▽
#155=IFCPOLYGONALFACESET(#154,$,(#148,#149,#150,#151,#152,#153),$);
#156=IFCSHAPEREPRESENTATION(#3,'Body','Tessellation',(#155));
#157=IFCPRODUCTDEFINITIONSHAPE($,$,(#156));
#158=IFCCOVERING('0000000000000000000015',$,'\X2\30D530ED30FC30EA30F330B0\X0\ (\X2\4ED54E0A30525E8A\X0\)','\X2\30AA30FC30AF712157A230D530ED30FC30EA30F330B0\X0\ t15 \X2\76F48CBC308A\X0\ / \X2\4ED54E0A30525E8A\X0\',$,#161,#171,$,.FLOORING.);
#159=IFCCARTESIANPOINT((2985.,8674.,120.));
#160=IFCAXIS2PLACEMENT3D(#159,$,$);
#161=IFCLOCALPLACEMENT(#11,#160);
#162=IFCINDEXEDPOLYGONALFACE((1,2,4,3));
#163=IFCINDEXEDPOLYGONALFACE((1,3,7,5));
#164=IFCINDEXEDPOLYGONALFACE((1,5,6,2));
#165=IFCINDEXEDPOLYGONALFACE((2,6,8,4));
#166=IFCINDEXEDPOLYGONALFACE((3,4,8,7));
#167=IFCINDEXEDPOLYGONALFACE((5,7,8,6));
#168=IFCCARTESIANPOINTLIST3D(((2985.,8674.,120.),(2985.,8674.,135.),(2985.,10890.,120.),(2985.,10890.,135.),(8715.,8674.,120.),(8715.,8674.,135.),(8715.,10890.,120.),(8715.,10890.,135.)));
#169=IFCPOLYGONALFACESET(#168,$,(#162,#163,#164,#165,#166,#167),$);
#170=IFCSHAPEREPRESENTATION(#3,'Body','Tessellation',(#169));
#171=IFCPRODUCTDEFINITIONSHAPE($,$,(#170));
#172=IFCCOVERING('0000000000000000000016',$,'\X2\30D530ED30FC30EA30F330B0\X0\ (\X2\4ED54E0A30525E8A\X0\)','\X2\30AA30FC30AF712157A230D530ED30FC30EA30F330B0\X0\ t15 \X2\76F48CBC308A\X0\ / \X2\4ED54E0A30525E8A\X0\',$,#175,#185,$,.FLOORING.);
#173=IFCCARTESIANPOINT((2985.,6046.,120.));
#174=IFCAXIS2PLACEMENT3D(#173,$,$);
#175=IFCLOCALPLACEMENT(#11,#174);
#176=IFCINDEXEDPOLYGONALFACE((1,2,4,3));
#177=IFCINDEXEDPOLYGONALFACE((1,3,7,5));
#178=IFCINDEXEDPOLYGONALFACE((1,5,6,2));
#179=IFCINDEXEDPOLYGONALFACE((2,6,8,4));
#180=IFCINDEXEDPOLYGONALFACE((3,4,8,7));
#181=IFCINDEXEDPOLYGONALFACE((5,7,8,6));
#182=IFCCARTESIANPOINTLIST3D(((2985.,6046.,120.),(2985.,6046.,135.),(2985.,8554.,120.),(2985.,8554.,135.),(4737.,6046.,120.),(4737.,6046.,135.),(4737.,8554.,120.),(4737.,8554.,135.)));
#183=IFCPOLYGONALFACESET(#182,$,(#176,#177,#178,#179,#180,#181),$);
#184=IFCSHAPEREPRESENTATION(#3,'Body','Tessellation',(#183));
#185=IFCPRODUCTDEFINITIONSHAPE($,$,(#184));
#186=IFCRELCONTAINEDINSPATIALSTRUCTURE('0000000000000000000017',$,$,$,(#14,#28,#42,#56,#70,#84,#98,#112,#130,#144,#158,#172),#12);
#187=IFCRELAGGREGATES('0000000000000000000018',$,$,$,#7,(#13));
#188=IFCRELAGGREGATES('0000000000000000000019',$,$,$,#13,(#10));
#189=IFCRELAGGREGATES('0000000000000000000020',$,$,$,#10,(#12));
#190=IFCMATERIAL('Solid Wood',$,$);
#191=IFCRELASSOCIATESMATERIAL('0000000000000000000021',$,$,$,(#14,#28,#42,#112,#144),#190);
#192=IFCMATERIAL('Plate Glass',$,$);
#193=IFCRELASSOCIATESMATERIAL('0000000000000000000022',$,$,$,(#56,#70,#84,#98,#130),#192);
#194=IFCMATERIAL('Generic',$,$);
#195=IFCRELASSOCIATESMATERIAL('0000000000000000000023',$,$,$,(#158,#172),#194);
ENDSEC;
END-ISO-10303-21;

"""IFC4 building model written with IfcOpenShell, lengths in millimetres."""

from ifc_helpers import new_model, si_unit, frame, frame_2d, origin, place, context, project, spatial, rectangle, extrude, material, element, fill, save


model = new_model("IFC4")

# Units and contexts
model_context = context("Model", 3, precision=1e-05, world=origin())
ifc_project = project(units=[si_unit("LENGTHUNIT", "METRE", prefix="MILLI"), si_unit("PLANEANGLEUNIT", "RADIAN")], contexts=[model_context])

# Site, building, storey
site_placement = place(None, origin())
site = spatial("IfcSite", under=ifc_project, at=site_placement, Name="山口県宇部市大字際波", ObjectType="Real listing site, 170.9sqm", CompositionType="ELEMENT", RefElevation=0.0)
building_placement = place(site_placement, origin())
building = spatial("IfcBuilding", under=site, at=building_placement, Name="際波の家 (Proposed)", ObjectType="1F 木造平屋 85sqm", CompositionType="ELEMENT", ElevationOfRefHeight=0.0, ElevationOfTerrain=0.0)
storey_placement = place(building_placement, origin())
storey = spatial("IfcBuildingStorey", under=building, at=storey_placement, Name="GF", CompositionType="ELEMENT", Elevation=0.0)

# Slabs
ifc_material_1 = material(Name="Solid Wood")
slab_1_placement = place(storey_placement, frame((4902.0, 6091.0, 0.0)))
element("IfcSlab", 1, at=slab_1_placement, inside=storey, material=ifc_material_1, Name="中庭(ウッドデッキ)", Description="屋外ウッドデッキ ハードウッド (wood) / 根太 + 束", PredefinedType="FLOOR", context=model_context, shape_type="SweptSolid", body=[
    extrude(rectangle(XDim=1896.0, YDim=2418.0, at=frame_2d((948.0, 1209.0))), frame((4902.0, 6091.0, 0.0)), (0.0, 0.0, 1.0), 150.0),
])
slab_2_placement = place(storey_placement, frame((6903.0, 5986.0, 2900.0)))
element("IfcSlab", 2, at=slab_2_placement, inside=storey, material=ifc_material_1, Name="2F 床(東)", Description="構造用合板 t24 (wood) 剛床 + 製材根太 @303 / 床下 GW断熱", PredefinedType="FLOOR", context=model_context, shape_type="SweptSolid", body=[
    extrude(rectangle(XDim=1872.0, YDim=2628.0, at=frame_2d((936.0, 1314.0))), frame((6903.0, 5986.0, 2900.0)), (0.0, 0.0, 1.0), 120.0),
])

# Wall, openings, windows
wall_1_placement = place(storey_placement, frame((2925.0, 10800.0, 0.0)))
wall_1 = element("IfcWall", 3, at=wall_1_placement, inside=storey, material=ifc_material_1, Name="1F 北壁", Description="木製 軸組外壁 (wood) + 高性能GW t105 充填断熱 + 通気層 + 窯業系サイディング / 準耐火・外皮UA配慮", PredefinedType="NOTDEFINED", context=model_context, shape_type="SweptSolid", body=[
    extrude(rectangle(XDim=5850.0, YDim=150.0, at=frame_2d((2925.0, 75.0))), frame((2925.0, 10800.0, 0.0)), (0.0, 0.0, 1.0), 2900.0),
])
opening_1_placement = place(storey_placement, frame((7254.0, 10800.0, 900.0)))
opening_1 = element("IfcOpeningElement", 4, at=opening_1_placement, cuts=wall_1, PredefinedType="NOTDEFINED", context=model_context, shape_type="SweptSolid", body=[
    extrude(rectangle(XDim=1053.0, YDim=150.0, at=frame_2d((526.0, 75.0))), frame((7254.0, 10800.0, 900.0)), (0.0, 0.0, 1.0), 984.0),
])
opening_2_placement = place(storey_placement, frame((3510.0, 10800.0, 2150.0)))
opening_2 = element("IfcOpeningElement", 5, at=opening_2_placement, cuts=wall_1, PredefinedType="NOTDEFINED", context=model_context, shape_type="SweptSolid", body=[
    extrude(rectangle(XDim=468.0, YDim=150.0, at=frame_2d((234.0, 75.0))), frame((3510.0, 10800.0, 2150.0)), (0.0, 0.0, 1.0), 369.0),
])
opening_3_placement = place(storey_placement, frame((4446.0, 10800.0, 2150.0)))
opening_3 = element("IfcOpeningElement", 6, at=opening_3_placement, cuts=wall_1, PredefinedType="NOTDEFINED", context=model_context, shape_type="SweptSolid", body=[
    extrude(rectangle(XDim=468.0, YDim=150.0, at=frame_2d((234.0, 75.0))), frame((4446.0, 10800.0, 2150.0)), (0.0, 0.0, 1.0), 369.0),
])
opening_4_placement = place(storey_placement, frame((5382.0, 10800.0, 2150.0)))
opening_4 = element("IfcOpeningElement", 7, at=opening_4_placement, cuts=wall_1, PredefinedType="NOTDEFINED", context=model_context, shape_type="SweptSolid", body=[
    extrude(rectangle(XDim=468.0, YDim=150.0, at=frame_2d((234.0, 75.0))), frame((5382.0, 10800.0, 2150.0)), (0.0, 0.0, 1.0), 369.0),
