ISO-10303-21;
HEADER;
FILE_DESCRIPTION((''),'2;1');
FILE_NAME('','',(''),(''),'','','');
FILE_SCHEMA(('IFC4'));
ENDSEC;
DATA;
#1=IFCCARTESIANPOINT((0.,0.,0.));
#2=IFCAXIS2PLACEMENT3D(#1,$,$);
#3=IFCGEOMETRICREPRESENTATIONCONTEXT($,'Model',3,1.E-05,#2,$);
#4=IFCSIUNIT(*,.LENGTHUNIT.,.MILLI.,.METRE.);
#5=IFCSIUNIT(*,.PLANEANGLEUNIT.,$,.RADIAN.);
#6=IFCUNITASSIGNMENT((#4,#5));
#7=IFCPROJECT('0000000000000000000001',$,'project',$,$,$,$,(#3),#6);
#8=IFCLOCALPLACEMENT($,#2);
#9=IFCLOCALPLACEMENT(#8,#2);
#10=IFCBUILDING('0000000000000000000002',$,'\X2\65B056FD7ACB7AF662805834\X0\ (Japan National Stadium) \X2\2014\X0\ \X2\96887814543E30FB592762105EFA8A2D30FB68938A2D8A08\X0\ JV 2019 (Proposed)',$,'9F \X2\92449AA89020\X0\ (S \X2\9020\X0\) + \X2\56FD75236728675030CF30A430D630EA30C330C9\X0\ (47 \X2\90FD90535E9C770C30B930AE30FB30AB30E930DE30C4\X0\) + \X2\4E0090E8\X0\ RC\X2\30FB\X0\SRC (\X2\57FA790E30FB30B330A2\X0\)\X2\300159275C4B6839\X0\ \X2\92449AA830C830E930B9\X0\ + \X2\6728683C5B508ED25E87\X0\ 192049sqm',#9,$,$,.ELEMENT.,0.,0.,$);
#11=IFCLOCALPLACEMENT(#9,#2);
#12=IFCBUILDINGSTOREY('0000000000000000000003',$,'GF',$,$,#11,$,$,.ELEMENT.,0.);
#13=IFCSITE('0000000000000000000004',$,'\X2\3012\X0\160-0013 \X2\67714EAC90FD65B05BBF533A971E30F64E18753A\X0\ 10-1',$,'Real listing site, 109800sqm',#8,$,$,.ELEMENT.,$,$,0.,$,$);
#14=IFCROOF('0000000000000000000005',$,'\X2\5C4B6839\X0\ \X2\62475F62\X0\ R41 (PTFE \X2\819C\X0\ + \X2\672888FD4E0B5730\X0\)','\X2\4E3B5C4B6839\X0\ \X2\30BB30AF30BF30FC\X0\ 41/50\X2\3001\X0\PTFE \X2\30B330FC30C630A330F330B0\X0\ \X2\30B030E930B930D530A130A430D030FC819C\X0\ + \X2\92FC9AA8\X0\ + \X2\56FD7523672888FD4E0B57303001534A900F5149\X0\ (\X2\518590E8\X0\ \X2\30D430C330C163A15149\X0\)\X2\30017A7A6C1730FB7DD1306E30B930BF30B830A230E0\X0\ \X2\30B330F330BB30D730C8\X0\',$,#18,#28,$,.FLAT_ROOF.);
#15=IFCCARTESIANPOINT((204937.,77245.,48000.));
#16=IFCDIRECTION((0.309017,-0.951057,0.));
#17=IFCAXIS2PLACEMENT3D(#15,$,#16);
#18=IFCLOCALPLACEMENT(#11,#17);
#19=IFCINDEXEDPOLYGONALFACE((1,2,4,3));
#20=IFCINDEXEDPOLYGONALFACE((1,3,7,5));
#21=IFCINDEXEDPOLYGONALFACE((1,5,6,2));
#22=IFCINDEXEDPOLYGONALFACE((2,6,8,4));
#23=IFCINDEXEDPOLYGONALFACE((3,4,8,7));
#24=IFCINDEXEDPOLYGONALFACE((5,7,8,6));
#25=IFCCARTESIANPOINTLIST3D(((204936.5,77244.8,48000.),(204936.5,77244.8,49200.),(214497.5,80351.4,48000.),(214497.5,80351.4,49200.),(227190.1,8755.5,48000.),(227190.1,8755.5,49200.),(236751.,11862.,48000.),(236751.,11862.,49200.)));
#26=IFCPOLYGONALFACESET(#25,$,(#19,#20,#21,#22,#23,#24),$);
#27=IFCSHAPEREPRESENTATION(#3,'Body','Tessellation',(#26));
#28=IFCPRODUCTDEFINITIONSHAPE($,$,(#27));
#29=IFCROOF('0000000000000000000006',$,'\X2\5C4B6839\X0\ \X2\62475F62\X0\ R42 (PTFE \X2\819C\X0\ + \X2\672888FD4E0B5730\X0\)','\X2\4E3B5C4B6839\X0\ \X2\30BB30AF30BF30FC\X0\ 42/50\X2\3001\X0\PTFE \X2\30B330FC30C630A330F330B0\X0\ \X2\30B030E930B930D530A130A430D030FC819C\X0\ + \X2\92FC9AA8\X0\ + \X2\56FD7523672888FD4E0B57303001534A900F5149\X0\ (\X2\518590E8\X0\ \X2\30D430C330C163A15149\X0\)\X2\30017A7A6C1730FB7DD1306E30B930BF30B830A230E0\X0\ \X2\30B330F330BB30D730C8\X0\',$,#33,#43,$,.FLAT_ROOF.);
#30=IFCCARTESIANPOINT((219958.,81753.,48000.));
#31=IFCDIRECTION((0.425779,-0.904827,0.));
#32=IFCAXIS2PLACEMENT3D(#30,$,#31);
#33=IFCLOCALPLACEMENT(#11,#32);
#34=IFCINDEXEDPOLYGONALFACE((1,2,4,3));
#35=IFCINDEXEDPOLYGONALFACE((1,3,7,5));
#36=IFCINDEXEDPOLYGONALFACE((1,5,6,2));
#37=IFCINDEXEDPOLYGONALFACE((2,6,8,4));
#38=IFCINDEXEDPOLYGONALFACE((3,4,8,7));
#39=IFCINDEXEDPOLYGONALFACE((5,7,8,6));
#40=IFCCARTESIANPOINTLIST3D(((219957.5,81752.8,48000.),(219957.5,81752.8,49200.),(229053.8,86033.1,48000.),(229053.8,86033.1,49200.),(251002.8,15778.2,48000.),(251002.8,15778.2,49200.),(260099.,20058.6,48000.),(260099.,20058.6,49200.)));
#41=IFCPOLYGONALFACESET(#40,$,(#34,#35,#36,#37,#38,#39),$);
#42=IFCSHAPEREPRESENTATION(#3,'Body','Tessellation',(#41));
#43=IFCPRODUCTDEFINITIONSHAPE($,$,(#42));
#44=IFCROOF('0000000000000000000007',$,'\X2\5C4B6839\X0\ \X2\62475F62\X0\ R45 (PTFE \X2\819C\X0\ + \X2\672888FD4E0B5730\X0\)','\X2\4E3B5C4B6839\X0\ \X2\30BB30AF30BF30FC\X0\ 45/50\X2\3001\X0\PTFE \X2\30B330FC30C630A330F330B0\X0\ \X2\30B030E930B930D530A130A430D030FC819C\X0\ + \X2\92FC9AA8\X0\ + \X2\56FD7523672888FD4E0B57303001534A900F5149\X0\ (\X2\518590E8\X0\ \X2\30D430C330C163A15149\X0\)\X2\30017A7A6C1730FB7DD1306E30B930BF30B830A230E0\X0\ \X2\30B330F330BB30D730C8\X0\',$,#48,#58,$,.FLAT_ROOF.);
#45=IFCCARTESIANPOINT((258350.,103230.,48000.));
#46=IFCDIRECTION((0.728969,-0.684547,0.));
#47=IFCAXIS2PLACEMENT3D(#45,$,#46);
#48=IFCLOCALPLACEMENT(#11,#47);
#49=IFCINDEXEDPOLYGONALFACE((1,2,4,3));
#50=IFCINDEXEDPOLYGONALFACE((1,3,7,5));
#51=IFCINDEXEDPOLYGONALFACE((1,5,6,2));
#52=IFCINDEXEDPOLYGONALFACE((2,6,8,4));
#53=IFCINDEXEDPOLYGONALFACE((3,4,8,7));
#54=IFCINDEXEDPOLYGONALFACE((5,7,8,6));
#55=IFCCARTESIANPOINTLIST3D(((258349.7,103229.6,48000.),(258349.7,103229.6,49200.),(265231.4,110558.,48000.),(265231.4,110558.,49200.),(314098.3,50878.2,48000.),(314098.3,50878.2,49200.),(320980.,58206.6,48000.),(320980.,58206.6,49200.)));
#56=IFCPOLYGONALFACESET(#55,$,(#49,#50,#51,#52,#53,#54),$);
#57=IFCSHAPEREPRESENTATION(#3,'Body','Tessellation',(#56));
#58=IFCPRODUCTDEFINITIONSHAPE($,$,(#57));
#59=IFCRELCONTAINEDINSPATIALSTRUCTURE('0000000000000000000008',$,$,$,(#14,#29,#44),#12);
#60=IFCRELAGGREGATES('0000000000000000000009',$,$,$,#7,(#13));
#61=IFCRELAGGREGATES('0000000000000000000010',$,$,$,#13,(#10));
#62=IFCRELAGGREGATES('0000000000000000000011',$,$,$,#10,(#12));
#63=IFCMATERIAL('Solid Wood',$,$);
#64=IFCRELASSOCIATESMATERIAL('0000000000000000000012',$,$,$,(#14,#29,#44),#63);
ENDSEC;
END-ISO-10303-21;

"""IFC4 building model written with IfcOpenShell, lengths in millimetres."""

from ifc_helpers import new_model, si_unit, frame, frame_2d, origin, place, context, project, spatial, rectangle, extrude, material, element, save


model = new_model("IFC4")

# Units and contexts
model_context = context("Model", 3, precision=1e-05, world=origin())
ifc_project = project(units=[si_unit("LENGTHUNIT", "METRE", prefix="MILLI"), si_unit("PLANEANGLEUNIT", "RADIAN")], contexts=[model_context])

# Site, building, storey
site_placement = place(None, origin())
site = spatial("IfcSite", under=ifc_project, at=site_placement, Name="〒160-0013 東京都新宿区霞ヶ丘町 10-1", ObjectType="Real listing site, 109800sqm", CompositionType="ELEMENT", RefElevation=0.0)
building_placement = place(site_placement, origin())
building = spatial("IfcBuilding", under=site, at=building_placement, Name="新国立競技場 (Japan National Stadium) — 隈研吾・大成建設・梓設計 JV 2019 (Proposed)", ObjectType="9F 鉄骨造 (S 造) + 国産木材ハイブリッド (47 都道府県スギ・カラマツ) + 一部 RC・SRC (基礎・コア)、大屋根 鉄骨トラス + 木格子軒庇 192049sqm", CompositionType="ELEMENT", ElevationOfRefHeight=0.0, ElevationOfTerrain=0.0)
storey_placement = place(building_placement, origin())
storey = spatial("IfcBuildingStorey", under=building, at=storey_placement, Name="GF", CompositionType="ELEMENT", Elevation=0.0)

# Shared definitions
ifc_material_1 = material(Name="Solid Wood")

# Roofs
roof_1_placement = place(storey_placement, frame((204937.0, 77245.0, 48000.0), x_axis=(0.309017, -0.951057, 0.0)))
element("IfcRoof", 1, at=roof_1_placement, inside=storey, material=ifc_material_1, Name="屋根 扇形 R41 (PTFE 膜 + 木製下地)", Description="主屋根 セクター 41/50、PTFE コーティング グラスファイバー膜 + 鋼骨 + 国産木製下地、半透光 (内部 ピッチ採光)、空気・緑のスタジアム コンセプト", PredefinedType="FLAT_ROOF", context=model_context, shape_type="SweptSolid", body=[
    extrude(rectangle(XDim=72014.0, YDim=10053.0, at=frame_2d((36007.0, 5026.0))), frame((204937.0, 77245.0, 48000.0), x_axis=(0.309017, -0.951057, 0.0)), (0.0, 0.0, 1.0), 1200.0),
])
roof_2_placement = place(storey_placement, frame((219958.0, 81753.0, 48000.0), x_axis=(0.425779, -0.904827, 0.0)))
element("IfcRoof", 2, at=roof_2_placement, inside=storey, material=ifc_material_1, Name="屋根 扇形 R42 (PTFE 膜 + 木製下地)", Description="主屋根 セクター 42/50、PTFE コーティング グラスファイバー膜 + 鋼骨 + 国産木製下地、半透光 (内部 ピッチ採光)、空気・緑のスタジアム コンセプト", PredefinedType="FLAT_ROOF", context=model_context, shape_type="SweptSolid", body=[
    extrude(rectangle(XDim=72914.0, YDim=10053.0, at=frame_2d((36457.0, 5026.0))), frame((219958.0, 81753.0, 48000.0), x_axis=(0.425779, -0.904827, 0.0)), (0.0, 0.0, 1.0), 1200.0),
])
roof_3_placement = place(storey_placement, frame((258350.0, 103230.0, 48000.0), x_axis=(0.728969, -0.684547, 0.0)))
element("IfcRoof", 3, at=roof_3_placement, inside=storey, material=ifc_material_1, Name="屋根 扇形 R45 (PTFE 膜 + 木製下地)", Description="主屋根 セクター 45/50、PTFE コーティング グラスファイバー膜 + 鋼骨 + 国産木製下地、半透光 (内部 ピッチ採光)、空気・緑のスタジアム コンセプト", PredefinedType="FLAT_ROOF", context=model_context, shape_type="SweptSolid", body=[
    extrude(rectangle(XDim=76476.0, YDim=10053.0, at=frame_2d((38238.0, 5026.0))), frame((258350.0, 103230.0, 48000.0), x_axis=(0.728969, -0.684547, 0.0)), (0.0, 0.0, 1.0), 1200.0),
])

save(model, "model.ifc")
△
Exercise instructions: Please copy, exactly as written, every line in the listing above from the line with "#3=IFCGEOMETRICREPRESENTATIONCONTEXT($,'Model',3,1.E-05,#2,$);" up to and including the line with "#9=IFCLOCALPLACEMENT(#8,#2);".

Your solution:
#3=IFCGEOMETRICREPRESENTATIONCONTEXT($,'Model',3,1.E-05,#2,$);
#4=IFCSIUNIT(*,.LENGTHUNIT.,.MILLI.,.METRE.);
#5=IFCSIUNIT(*,.PLANEANGLEUNIT.,$,.RADIAN.);
#6=IFCUNITASSIGNMENT((#4,#5));
#7=IFCPROJECT('0000000000000000000001',$,'project',$,$,$,$,(#3),#6);
#8=IFCLOCALPLACEMENT($,#2);
#9=IFCLOCALPLACEMENT(#8,#2);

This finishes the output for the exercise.